Nonlinear bending of polymer nanocomposite beams reinforced with non-uniformly distributed graphene platelets (GPLs)

This paper studies the nonlinear bending behavior of a novel class of multi-layer polymer nanocomposite beams reinforced with graphene platelets (GPLs) that are non-uniformly distributed along the thickness direction. Nonlinear governing equation is established based on Timoshenko beam theory and von Kármán nonlinear strain-displacement relationship. The effective Young's modulus of the nanocomposites is determined by modified Halpin-Tsai micromechanics model. Ritz method is employed to reduce the governing differential equation into an algebraic system from which the static bending solutions can be obtained.
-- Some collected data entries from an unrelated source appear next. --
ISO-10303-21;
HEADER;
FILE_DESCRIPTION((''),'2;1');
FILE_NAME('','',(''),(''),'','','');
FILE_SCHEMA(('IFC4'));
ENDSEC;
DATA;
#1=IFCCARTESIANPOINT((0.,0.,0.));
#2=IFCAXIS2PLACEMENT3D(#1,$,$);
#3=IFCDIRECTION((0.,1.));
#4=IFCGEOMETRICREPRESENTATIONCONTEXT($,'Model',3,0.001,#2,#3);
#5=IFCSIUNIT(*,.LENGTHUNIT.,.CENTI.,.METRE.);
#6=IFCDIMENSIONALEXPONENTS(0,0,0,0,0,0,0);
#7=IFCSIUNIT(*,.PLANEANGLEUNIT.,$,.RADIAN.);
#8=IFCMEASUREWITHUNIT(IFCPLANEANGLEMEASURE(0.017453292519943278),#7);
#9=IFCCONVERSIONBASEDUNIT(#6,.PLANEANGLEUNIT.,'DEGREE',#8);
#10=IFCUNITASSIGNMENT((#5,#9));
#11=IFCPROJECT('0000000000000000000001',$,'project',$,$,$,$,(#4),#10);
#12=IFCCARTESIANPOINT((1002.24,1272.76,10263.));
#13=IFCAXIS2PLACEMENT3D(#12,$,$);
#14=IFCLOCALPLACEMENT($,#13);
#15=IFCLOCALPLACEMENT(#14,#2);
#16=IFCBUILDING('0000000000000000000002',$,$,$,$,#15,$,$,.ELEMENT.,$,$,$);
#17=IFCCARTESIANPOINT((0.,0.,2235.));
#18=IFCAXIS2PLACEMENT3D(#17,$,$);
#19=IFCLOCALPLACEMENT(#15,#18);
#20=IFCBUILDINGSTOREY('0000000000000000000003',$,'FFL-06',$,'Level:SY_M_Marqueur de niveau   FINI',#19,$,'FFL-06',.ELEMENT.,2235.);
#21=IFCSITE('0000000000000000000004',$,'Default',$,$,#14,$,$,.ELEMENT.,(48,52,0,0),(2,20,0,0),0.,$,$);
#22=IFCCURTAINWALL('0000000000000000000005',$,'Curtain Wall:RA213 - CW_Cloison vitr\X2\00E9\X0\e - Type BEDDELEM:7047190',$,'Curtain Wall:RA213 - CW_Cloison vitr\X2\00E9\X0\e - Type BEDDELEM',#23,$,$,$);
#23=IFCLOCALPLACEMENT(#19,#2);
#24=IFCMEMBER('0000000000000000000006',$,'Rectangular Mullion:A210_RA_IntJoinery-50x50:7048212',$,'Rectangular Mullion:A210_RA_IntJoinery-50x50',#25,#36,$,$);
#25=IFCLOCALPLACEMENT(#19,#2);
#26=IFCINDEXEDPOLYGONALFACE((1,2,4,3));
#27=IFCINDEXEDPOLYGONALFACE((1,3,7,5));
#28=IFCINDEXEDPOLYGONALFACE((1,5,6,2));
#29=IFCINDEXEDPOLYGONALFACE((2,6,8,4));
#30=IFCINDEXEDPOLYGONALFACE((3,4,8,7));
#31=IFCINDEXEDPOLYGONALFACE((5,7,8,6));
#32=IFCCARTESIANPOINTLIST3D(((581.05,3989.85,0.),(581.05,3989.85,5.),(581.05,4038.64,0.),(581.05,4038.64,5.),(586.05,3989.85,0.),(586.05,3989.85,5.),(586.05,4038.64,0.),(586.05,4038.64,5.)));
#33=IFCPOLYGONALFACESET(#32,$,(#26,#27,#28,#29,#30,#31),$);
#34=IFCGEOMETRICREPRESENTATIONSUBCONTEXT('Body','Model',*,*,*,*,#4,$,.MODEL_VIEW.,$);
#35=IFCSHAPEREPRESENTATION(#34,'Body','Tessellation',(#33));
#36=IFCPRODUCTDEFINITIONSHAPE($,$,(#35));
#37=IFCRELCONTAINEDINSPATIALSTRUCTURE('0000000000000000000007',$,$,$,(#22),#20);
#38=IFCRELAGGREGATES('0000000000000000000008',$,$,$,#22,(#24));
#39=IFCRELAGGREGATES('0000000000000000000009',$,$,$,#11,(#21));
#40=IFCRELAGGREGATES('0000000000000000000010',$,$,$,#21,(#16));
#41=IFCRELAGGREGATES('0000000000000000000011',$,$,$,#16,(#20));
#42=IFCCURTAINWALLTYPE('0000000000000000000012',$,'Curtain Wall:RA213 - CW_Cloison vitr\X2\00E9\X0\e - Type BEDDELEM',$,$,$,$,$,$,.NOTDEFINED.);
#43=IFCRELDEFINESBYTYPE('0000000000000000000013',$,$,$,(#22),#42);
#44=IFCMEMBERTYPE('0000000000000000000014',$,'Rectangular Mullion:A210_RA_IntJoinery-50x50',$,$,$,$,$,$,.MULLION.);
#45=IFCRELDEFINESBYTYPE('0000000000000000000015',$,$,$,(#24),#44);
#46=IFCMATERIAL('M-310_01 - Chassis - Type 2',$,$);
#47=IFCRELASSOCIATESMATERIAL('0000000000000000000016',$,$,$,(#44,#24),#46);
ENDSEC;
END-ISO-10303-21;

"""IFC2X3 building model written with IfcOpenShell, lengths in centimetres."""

from ifc_helpers import new_model, entity, si_unit, converted_unit, direction, frame, origin, origin_2d_with_axis, place, context, subcontext, project, spatial, rectangle, extrude, source, transform, mapped, material, type_object, type_shapes, element, aggregate, save


model = new_model("IFC2X3")

# Units and contexts
model_context = context("Model", 3, precision=0.001, world=origin(), true_north=direction((0.0, 1.0)))
body_context = subcontext(model_context, "Body", "Model", "MODEL_VIEW")
ifc_project = project(units=[si_unit("LENGTHUNIT", "METRE", prefix="CENTI"), converted_unit("PLANEANGLEUNIT", "DEGREE", entity("IfcPlaneAngleMeasure", 0.017453292519943278), si_unit("PLANEANGLEUNIT", "RADIAN"), dimensions=[0, 0, 0, 0, 0, 0, 0])], contexts=[model_context])

# Site, building, storey
site_placement = place(None, frame((1002.24, 1272.76, 10263.0)))
site = spatial("IfcSite", under=ifc_project, at=site_placement, Name="Default", CompositionType="ELEMENT", RefLatitude=(48, 52, 0, 0), RefLongitude=(2, 20, 0, 0), RefElevation=0.0)
building_placement = place(site_placement, origin())
building = spatial("IfcBuilding", under=site, at=building_placement, CompositionType="ELEMENT")
storey_placement = place(building_placement, frame((0.0, 0.0, 2235.0)))
storey = spatial("IfcBuildingStorey", under=building, at=storey_placement, Name="FFL-06", ObjectType="Level:SY_M_Marqueur de niveau   FINI", LongName="FFL-06", CompositionType="ELEMENT", Elevation=2235.0)

# Curtain wall
curtain_wall_type_1 = type_object("IfcCurtainWallType", Name="Curtain Wall:RA213 - CW_Cloison vitrée - Type BEDDELEM", PredefinedType="NOTDEFINED")
curtain_wall_1_placement = place(storey_placement, frame((0.0, 0.0, -2235.0)))
curtain_wall_1 = element("IfcCurtainWall", 1, at=curtain_wall_1_placement, inside=storey, type_object=curtain_wall_type_1, Name="Curtain Wall:RA213 - CW_Cloison vitrée - Type BEDDELEM:7047190", ObjectType="Curtain Wall:RA213 - CW_Cloison vitrée - Type BEDDELEM")
ifc_material_1 = material(Name="M-310_01 - Chassis - Type 2")

# Member
member_type_1 = type_object("IfcMemberType", Name="Rectangular Mullion:A210_RA_IntJoinery-50x50", PredefinedType="MULLION", material=ifc_material_1)
shared_shape_1 = source(origin(), body_context, "Body", "SweptSolid", [
    extrude(rectangle(XDim=5.0, YDim=5.0, at=origin_2d_with_axis()), frame((-2.5, -2.5, -48.79), z_axis=(0.0, 0.0, 1.0), x_axis=(-1.0, 0.0, 0.0)), (0.0, 0.0, 1.0), 48.79),
])
type_shapes(member_type_1, [shared_shape_1])
member_1_placement = place(curtain_wall_1_placement, frame((581.05, 4038.64, 2235.0), z_axis=(0.0, 1.0, 0.0), x_axis=(0.0, 0.0, -1.0)))
member_1 = element("IfcMember", 2, at=member_1_placement, type_object=member_type_1, material=ifc_material_1, Name="Rectangular Mullion:A210_RA_IntJoinery-50x50:7048212", ObjectType="Rectangular Mullion:A210_RA_IntJoinery-50x50", context=body_context, shape_type="MappedRepresentation", body=[
    mapped(shared_shape_1, transform((0.0, 0.0, 0.0), scale=1.0)),
])

aggregate(curtain_wall_1, [member_1])

save(model, "model.ifc")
A comprehensive parametric study is then conducted, with a particular focus on the influences of distribution pattern, weight fraction, geometry and size of GPLs together with the total number of layers on the linear and nonlinear bending performances of the beams. Numerical results demonstrate the significantly improved bending performance through the addition of a very small amount of GPLs into polymer matrix as reinforcements. It is found that dispersing more GPLs that are in square shape with fewer single graphene layers near the top and bottom surfaces of the beam is the most effective way to reduce bending deflections. Beams with a higher weight fraction of GPLs that are symmetrically distributed in such a way are also less sensitive to the nonlinear deformation.